Start of Data for processing

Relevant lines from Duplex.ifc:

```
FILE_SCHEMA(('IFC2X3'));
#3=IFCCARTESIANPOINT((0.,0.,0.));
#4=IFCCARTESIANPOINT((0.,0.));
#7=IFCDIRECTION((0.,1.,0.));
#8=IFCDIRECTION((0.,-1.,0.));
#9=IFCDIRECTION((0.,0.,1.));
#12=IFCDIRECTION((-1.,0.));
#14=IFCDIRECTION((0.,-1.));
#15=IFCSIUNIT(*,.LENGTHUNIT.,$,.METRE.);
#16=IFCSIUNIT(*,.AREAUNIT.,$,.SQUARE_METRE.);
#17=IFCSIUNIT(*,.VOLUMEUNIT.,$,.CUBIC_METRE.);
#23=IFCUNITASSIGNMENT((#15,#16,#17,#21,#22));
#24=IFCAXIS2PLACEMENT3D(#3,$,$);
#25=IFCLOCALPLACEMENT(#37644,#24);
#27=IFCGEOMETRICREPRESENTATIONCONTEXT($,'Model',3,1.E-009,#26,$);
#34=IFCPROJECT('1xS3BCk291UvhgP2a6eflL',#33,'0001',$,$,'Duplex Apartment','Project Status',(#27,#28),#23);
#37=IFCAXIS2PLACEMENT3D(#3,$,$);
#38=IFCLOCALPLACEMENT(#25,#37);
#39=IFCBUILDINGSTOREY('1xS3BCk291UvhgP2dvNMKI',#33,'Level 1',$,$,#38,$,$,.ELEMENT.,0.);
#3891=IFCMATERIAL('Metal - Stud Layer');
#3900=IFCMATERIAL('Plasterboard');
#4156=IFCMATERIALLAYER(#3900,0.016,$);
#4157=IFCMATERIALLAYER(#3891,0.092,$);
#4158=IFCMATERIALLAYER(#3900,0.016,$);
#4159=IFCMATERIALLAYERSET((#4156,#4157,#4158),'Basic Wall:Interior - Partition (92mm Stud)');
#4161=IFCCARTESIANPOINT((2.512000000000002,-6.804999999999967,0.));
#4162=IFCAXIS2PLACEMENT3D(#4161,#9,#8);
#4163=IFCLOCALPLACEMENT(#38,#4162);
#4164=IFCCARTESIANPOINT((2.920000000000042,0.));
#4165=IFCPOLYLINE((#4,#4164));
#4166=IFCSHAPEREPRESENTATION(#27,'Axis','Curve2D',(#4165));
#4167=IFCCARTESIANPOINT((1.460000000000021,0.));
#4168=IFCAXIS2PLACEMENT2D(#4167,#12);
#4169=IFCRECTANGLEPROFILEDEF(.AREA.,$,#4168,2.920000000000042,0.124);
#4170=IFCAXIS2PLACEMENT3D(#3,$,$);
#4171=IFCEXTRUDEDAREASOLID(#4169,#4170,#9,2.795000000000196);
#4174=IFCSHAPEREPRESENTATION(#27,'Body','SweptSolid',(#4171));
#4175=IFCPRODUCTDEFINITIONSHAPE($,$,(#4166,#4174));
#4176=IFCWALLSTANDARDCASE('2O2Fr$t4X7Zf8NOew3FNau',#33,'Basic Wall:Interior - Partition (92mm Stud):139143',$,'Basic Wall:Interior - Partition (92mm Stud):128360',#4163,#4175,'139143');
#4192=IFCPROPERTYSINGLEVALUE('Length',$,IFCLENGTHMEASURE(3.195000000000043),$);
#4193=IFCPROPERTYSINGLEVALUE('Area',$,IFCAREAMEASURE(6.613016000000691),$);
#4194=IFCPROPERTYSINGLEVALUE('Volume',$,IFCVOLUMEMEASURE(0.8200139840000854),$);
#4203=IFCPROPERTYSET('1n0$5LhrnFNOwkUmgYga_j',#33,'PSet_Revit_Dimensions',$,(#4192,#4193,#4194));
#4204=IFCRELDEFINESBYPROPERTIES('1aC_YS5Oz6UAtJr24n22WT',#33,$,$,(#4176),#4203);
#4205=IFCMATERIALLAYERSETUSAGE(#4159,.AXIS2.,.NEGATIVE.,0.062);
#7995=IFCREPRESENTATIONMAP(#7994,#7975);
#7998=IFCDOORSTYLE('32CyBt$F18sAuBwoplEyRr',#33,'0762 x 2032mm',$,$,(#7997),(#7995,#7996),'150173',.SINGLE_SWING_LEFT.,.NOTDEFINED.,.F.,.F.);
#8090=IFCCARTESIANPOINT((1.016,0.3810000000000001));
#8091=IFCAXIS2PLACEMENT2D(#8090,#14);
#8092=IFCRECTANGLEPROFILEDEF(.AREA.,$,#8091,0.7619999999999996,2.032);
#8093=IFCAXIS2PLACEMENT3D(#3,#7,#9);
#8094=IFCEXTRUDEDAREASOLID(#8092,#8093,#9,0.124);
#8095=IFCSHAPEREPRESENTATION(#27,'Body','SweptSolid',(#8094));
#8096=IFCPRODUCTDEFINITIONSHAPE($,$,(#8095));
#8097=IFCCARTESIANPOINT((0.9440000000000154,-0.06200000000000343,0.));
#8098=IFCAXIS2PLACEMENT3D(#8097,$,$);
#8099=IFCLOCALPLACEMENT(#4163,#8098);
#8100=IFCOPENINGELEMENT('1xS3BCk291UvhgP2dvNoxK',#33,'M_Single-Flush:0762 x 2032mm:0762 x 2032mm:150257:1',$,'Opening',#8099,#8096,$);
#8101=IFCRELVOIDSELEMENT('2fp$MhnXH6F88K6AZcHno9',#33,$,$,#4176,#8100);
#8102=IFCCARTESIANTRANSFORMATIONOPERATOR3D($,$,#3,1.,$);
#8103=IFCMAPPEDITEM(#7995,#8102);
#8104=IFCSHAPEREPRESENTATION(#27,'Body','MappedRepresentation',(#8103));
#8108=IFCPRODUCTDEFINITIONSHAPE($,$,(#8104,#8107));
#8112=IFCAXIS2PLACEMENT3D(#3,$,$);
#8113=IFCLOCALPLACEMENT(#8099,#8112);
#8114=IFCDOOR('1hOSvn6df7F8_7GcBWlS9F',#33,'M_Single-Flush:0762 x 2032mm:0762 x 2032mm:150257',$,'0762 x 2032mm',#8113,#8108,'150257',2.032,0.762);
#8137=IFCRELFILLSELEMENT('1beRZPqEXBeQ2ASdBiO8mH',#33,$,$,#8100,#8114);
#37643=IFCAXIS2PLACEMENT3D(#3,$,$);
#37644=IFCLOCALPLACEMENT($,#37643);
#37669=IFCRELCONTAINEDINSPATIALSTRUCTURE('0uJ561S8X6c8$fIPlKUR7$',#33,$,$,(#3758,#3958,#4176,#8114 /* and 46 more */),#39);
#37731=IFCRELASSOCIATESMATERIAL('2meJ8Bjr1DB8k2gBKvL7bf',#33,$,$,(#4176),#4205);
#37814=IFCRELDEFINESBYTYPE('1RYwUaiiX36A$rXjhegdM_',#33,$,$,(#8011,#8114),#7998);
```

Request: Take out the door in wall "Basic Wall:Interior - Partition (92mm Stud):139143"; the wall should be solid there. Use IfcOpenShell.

```python
import ifcopenshell
import ifcopenshell.api.feature
import ifcopenshell.api.pset
import ifcopenshell.api.root
import ifcopenshell.geom
import ifcopenshell.util.element
import ifcopenshell.util.shape
import ifcopenshell.util.unit

model = ifcopenshell.open("Duplex.ifc")
area_scale = ifcopenshell.util.unit.calculate_unit_scale(model, "AREAUNIT")
volume_scale = ifcopenshell.util.unit.calculate_unit_scale(model, "VOLUMEUNIT")
settings = ifcopenshell.geom.settings()


def volume(element):
    """Net volume in cubic metres, openings subtracted."""
    shape = ifcopenshell.geom.create_shape(settings, element)
    return ifcopenshell.util.shape.get_volume(shape.geometry)


door = model.by_guid("1hOSvn6df7F8_7GcBWlS9F")
opening = door.FillsVoids[0].RelatingOpeningElement
wall = opening.VoidsElements[0].RelatingBuildingElement
before = volume(wall)

ifcopenshell.api.root.remove_product(model, product=door)
ifcopenshell.api.feature.remove_feature(model, feature=opening)

after = volume(wall)
thickness = 0.124  # wall thickness in metres

# Update the wall's stored quantities.
pset = model.by_id(ifcopenshell.util.element.get_pset(wall, "PSet_Revit_Dimensions", should_inherit=False)["id"])
ifcopenshell.api.pset.edit_pset(model, pset=pset, properties={
    "Area": model.create_entity("IfcAreaMeasure", after / thickness / area_scale),
    "Volume": model.create_entity("IfcVolumeMeasure", after / volume_scale),
})

print(f"wall volume {before:.3f} -> {after:.3f} m3")

model.write("Duplex_v2.ifc")
```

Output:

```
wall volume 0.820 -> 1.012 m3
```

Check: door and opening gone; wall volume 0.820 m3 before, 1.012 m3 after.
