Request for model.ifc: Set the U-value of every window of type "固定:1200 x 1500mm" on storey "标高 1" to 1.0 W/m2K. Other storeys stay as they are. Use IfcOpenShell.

First a look at what the model holds.

```python
import ifcopenshell
import ifcopenshell.util.element

model = ifcopenshell.open("model.ifc")
print(model.schema)
storey = next(s for s in model.by_type("IfcBuildingStorey") if s.Name == "标高 1")
windows = [e for e in ifcopenshell.util.element.get_decomposition(storey) if e.is_a("IfcWindow")]
seen = {}
for e in windows:
    element_type = ifcopenshell.util.element.get_type(e)
    key = (element_type.Name if element_type != e and element_type else None, ifcopenshell.util.element.get_pset(e, "Pset_WindowCommon", "ThermalTransmittance"))
    seen[key] = seen.get(key, 0) + 1
for (name, value), count in sorted(seen.items(), key=str):
    print(count, "x", name, "|", value)
```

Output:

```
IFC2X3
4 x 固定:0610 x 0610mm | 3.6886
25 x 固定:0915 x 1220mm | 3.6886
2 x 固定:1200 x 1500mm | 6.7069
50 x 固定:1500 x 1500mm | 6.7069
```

```python
import ifcopenshell
import ifcopenshell.api.pset
import ifcopenshell.util.element

model = ifcopenshell.open("model.ifc")

storey = next(s for s in model.by_type("IfcBuildingStorey") if s.Name == "标高 1")
windows = [e for e in ifcopenshell.util.element.get_decomposition(storey) if e.is_a("IfcWindow")]

count = 0
for e in windows:
    element_type = ifcopenshell.util.element.get_type(e)
    if element_type in (None, e) or element_type.Name != "固定:1200 x 1500mm":
        continue
    # add_pset returns the element's existing set when there is one.
    pset = ifcopenshell.api.pset.add_pset(model, product=e, name="Pset_WindowCommon")
    ifcopenshell.api.pset.edit_pset(model, pset=pset, properties={"ThermalTransmittance": 1.0})
    count += 1

print(count, "windows updated")

model.write("model_edited.ifc")
```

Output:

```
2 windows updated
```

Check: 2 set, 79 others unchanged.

End of Data for processing

What this task involves —
Report all lines of the data that include the word "IFCPRODUCTDEFINITIONSHAPE".

Exercise result —
#4175=IFCPRODUCTDEFINITIONSHAPE($,$,(#4166,#4174));
#8096=IFCPRODUCTDEFINITIONSHAPE($,$,(#8095));
#8108=IFCPRODUCTDEFINITIONSHAPE($,$,(#8104,#8107));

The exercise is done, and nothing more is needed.